- Location of Ravansar County in Kermanshah province (top, purple)
- Location of Kermanshah province in Iran
- Coordinates: 34°46′N 46°35′E﻿ / ﻿34.767°N 46.583°E
- Country: Iran
- Province: Kermanshah
- Capital: Ravansar
- Districts: Central, Shahu

Population (2016)
- • Total: 47,657
- Time zone: UTC+3:30 (IRST)

= Ravansar County =

County in Kermanshah province, Iran

Ravansar County (شهرستان روانسر) is in Kermanshah province, Iran, part of what is unofficially referred to as Iranian Kurdistan. Its capital is the city of Ravansar.

==History==
After the 2006 National Census, the village of Mansur-e Aqai, after merging with another village, was elevated to city status as Shahu.

==Demographics==
===Population===
At the time of the 2006 census, the county's population was 44,983 in 10,012 households. The following census in 2011 counted 46,395 people in 12,140 households.

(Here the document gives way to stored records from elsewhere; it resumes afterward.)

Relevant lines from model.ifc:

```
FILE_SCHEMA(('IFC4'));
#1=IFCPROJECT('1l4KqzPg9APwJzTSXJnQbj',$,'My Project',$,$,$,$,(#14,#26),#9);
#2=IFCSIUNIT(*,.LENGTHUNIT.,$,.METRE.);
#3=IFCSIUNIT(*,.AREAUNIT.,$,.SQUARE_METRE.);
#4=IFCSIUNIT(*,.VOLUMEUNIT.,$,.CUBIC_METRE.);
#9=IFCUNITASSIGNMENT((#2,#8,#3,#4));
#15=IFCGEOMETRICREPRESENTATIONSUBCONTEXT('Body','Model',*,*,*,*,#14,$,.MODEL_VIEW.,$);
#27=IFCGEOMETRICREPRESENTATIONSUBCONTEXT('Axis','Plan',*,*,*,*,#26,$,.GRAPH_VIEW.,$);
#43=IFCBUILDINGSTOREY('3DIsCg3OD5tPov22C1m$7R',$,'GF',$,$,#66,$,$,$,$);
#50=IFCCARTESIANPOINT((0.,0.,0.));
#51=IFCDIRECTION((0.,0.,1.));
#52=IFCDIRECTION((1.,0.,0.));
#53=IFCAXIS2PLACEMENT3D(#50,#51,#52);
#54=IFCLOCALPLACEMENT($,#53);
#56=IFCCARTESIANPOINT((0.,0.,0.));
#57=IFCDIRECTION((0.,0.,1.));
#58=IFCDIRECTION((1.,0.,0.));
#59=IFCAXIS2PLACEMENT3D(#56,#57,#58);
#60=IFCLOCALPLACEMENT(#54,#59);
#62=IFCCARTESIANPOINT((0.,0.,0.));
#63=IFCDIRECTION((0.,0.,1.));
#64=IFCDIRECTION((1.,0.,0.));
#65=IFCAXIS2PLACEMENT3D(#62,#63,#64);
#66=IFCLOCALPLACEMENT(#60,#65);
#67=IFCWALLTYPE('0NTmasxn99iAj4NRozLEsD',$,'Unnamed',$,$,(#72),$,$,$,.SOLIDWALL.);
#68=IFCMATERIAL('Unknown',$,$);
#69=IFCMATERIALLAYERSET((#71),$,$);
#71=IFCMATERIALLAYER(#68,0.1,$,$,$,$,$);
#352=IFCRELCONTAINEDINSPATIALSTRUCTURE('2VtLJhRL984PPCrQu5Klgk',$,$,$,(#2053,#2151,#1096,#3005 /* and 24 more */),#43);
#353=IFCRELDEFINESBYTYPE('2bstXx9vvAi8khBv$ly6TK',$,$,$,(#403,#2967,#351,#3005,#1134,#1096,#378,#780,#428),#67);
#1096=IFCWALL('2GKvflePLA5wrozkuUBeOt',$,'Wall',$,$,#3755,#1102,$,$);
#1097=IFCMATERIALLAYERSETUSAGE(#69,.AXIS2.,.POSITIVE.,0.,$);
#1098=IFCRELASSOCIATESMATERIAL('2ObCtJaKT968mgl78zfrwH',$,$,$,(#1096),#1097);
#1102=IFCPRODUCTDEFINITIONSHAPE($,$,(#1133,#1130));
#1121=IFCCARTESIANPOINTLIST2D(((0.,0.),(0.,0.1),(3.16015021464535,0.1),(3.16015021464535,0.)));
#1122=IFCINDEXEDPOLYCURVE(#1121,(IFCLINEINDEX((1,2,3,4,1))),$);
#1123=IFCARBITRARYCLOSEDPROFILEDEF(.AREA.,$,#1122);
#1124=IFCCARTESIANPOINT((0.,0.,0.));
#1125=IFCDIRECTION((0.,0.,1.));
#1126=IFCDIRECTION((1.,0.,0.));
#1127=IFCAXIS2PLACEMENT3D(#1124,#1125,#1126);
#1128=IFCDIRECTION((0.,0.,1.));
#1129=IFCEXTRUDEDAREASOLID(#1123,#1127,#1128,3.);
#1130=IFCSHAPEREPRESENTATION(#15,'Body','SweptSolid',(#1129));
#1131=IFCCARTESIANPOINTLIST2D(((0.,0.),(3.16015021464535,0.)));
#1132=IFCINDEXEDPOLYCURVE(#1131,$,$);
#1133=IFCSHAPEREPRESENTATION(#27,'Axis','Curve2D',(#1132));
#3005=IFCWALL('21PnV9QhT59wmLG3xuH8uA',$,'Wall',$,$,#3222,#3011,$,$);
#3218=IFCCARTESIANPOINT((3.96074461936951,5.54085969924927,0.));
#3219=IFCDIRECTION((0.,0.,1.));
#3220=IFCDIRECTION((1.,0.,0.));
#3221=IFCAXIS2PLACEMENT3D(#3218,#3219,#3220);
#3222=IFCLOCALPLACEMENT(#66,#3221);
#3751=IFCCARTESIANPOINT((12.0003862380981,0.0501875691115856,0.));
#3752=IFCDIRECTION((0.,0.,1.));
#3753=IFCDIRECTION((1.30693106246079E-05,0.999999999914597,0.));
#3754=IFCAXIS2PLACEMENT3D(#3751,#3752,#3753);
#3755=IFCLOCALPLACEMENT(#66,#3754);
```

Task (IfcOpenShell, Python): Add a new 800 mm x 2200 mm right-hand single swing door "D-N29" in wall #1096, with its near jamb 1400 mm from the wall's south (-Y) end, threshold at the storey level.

```python
import numpy as np
import ifcopenshell
import ifcopenshell.api.feature
import ifcopenshell.api.geometry
import ifcopenshell.api.root
import ifcopenshell.api.spatial
import ifcopenshell.geom
import ifcopenshell.util.element
import ifcopenshell.util.placement
import ifcopenshell.util.representation
import ifcopenshell.util.shape
import ifcopenshell.util.unit

model = ifcopenshell.open("model.ifc")
unit_scale = ifcopenshell.util.unit.calculate_unit_scale(model)
settings = ifcopenshell.geom.settings()


def volume(element):
    """Net volume in cubic metres, openings subtracted."""
    shape = ifcopenshell.geom.create_shape(settings, element)
    return ifcopenshell.util.shape.get_volume(shape.geometry)


wall = model.by_id(1096)
storey = ifcopenshell.util.element.get_container(wall, ifc_class="IfcBuildingStorey")
context = ifcopenshell.util.representation.get_context(model, "Model", "Body", "MODEL_VIEW")
before = volume(wall)

width, height, from_end, sill = 0.8, 2.2, 1.4, 0.0  # metres

# The wall runs along its own X axis, and the end named is its -X end.
wall_shape = ifcopenshell.geom.create_shape(settings, wall)
x, y, z = ifcopenshell.util.shape.get_vertices(wall_shape.geometry).T
start = x.min() + from_end
face, thickness = float(y.min()), float(y.max() - y.min())
wall_matrix = ifcopenshell.util.placement.get_local_placement(wall.ObjectPlacement)
level = ifcopenshell.util.placement.get_local_placement(storey.ObjectPlacement)[2, 3]


def in_wall(x, y):
    """Placement at x, y metres in the wall's axes, at sill height."""
    matrix = wall_matrix.copy()
    matrix[:, 3] = wall_matrix @ np.array([x / unit_scale, y / unit_scale, 0.0, 1.0])
    matrix[2, 3] = level + sill / unit_scale
    return matrix


# Opening: a box that overshoots both wall faces by 50 mm.
opening = ifcopenshell.api.root.create_entity(model, ifc_class="IfcOpeningElement", predefined_type="OPENING")
box = ifcopenshell.api.geometry.add_wall_representation(
    model, context=context, length=width, height=height, thickness=thickness + 0.1
)
ifcopenshell.api.geometry.assign_representation(model, product=opening, representation=box)
ifcopenshell.api.geometry.edit_object_placement(model, product=opening, matrix=in_wall(start, face - 0.05), is_si=False)
ifcopenshell.api.feature.add_feature(model, feature=opening, element=wall)

door = ifcopenshell.api.root.create_entity(model, ifc_class="IfcDoor", name="D-N29", predefined_type="DOOR")
door.OverallWidth, door.OverallHeight = width / unit_scale, height / unit_scale
door.OperationType = "SINGLE_SWING_RIGHT"
body = ifcopenshell.api.geometry.add_door_representation(
    model,
    context=context,
    overall_width=door.OverallWidth,
    overall_height=door.OverallHeight,
    operation_type="SINGLE_SWING_RIGHT",
    lining_properties={"LiningDepth": thickness / unit_scale, "ThresholdDepth": thickness / unit_scale},
)
ifcopenshell.api.geometry.assign_representation(model, product=door, representation=body)
ifcopenshell.api.spatial.assign_container(model, products=[door], relating_structure=storey)
ifcopenshell.api.feature.add_filling(model, opening=opening, element=door)

# The lining spans the wall, so the door starts at the wall face.
ifcopenshell.api.geometry.edit_object_placement(model, product=door, matrix=in_wall(start, face), is_si=False)

after = volume(wall)

print(f"wall volume {before:.3f} -> {after:.3f} m3")

model.write("model_edited.ifc")
```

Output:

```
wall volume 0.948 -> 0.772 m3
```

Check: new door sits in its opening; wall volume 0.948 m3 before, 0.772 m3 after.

The 2016 census measured the population of the county as 47,657 in 13,790 households.

===Administrative divisions===

Ravansar County's population history and administrative structure over three consecutive censuses are shown in the following table.

Ravansar County Population
| Administrative Divisions | 2006 | 2011 | 2016 |
| Central District | 36,864 | 38,874 | 40,709 |
| Badr RD | 6,412 | 4,536 | 3,996 |
| Dowlatabad RD | 4,015 | 3,669 | 3,295 |
| Hasanabad RD | 5,892 | 5,473 | 5,174 |
| Zalu Ab RD | 4,162 | 3,946 | 3,717 |
| Ravansar (city) | 16,383 | 21,250 | 24,527 |
| Shahu District | 8,119 | 7,521 | 6,922 |
| Mansur-e Aqai RD | 5,088 | 1,192 | 1,012 |
| Quri Qaleh RD | 3,031 | 2,987 | 2,352 |
| Shahu (city) |  | 3,342 | 3,558 |
| Total | 44,983 | 46,395 | 47,657 |
RD = Rural District

==Geography==
The county is bounded in the north by Paveh County and Javanrud County, and in the south by Kermanshah County.

==Archaeology==

The Ravansar region has much of archaeological interest. Evidence of early human occupation has been found in a number of caves around Ravansar, such as Mar Koulian and Mar Jawri. The area was important during the Iron Age and Achaemenid dynasty, as can be seen in the rock-cut tomb of Farhad and column bases found around Qoleh Rock north of the town.